--- PROBLEM DETAILS ---
Write out exactly what each line says, starting with the first line below and ending on the one with "Check: 4 elements".
------
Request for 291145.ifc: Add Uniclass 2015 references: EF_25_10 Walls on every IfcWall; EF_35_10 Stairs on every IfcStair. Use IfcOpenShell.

First a look at what the model holds.

```python
import ifcopenshell

model = ifcopenshell.open("291145.ifc")
print(model.schema)
print("classifications:", [c.Name for c in model.by_type("IfcClassification")])
for ifc_class in ("IfcDoor", "IfcRoof", "IfcStair", "IfcWall", "IfcWindow"):
    print(ifc_class, len(model.by_type(ifc_class)))
```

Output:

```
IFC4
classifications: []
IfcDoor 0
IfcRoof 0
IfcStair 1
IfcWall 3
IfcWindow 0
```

```python
import ifcopenshell
import ifcopenshell.api.classification

model = ifcopenshell.open("291145.ifc")

system = ifcopenshell.api.classification.add_classification(model, classification="Uniclass 2015")

codes = {
    "IfcWall": ("EF_25_10", "Walls"),
    "IfcStair": ("EF_35_10", "Stairs"),
}
for ifc_class, (code, name) in codes.items():
    products = model.by_type(ifc_class)
    ifcopenshell.api.classification.add_reference(
        model, products=products, classification=system, identification=code, name=name
    )
    print(code, len(products))

model.write("291145-out.ifc")
```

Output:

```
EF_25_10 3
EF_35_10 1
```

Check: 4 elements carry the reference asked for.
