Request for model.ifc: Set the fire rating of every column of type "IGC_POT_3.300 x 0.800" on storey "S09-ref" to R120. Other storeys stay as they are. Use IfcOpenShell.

First a look at what the model holds.

```python
import ifcopenshell
import ifcopenshell.util.element

model = ifcopenshell.open("model.ifc")
print(model.schema)
storey = next(s for s in model.by_type("IfcBuildingStorey") if s.Name == "S09-ref")
columns = [e for e in ifcopenshell.util.element.get_decomposition(storey) if e.is_a("IfcColumn")]
seen = {}
for e in columns:
    element_type = ifcopenshell.util.element.get_type(e)
    key = (element_type.Name if element_type != e and element_type else None, ifcopenshell.util.element.get_pset(e, "Pset_ColumnCommon", "FireRating"))
    seen[key] = seen.get(key, 0) + 1
for (name, value), count in sorted(seen.items(), key=str):
    print(count, "x", name, "|", value)
```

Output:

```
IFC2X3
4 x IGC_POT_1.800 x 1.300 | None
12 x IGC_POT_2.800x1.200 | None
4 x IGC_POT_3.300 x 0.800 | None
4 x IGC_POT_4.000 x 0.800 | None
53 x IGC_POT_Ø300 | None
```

```python
import ifcopenshell
import ifcopenshell.api.pset
import ifcopenshell.util.element

model = ifcopenshell.open("model.ifc")

storey = next(s for s in model.by_type("IfcBuildingStorey") if s.Name == "S09-ref")
columns = [e for e in ifcopenshell.util.element.get_decomposition(storey) if e.is_a("IfcColumn")]

count = 0
for e in columns:
    element_type = ifcopenshell.util.element.get_type(e)
    if element_type in (None, e) or element_type.Name != "IGC_POT_3.300 x 0.800":
        continue
    # add_pset returns the element's existing set when there is one.
    pset = ifcopenshell.api.pset.add_pset(model, product=e, name="Pset_ColumnCommon")
    ifcopenshell.api.pset.edit_pset(model, pset=pset, properties={"FireRating": "R120"})
    count += 1

print(count, "columns updated")

model.write("model_edited.ifc")
```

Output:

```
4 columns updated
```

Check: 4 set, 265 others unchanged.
------
--- SOLUTION TO THIS EXERCISE ---
Request for 291145.ifc: Add Uniclass 2015 references: EF_25_10 Walls on every IfcWall; EF_35_10 Stairs on every IfcStair. Use IfcOpenShell.

First a look at what the model holds.

```python
import ifcopenshell

model = ifcopenshell.open("291145.ifc")
print(model.schema)
print("classifications:", [c.Name for c in model.by_type("IfcClassification")])
for ifc_class in ("IfcDoor", "IfcRoof", "IfcStair", "IfcWall", "IfcWindow"):
    print(ifc_class, len(model.by_type(ifc_class)))
```

Output:

```
IFC4
classifications: []
IfcDoor 0
IfcRoof 0
IfcStair 1
IfcWall 3
IfcWindow 0
```

```python
import ifcopenshell
import ifcopenshell.api.classification

model = ifcopenshell.open("291145.ifc")

system = ifcopenshell.api.classification.add_classification(model, classification="Uniclass 2015")

codes = {
    "IfcWall": ("EF_25_10", "Walls"),
    "IfcStair": ("EF_35_10", "Stairs"),
}
for ifc_class, (code, name) in codes.items():
    products = model.by_type(ifc_class)
    ifcopenshell.api.classification.add_reference(
        model, products=products, classification=system, identification=code, name=name
    )
    print(code, len(products))

model.write("291145-out.ifc")
```

Output:

```
EF_25_10 3
EF_35_10 1
```

Check: 4 elements carry the reference asked for.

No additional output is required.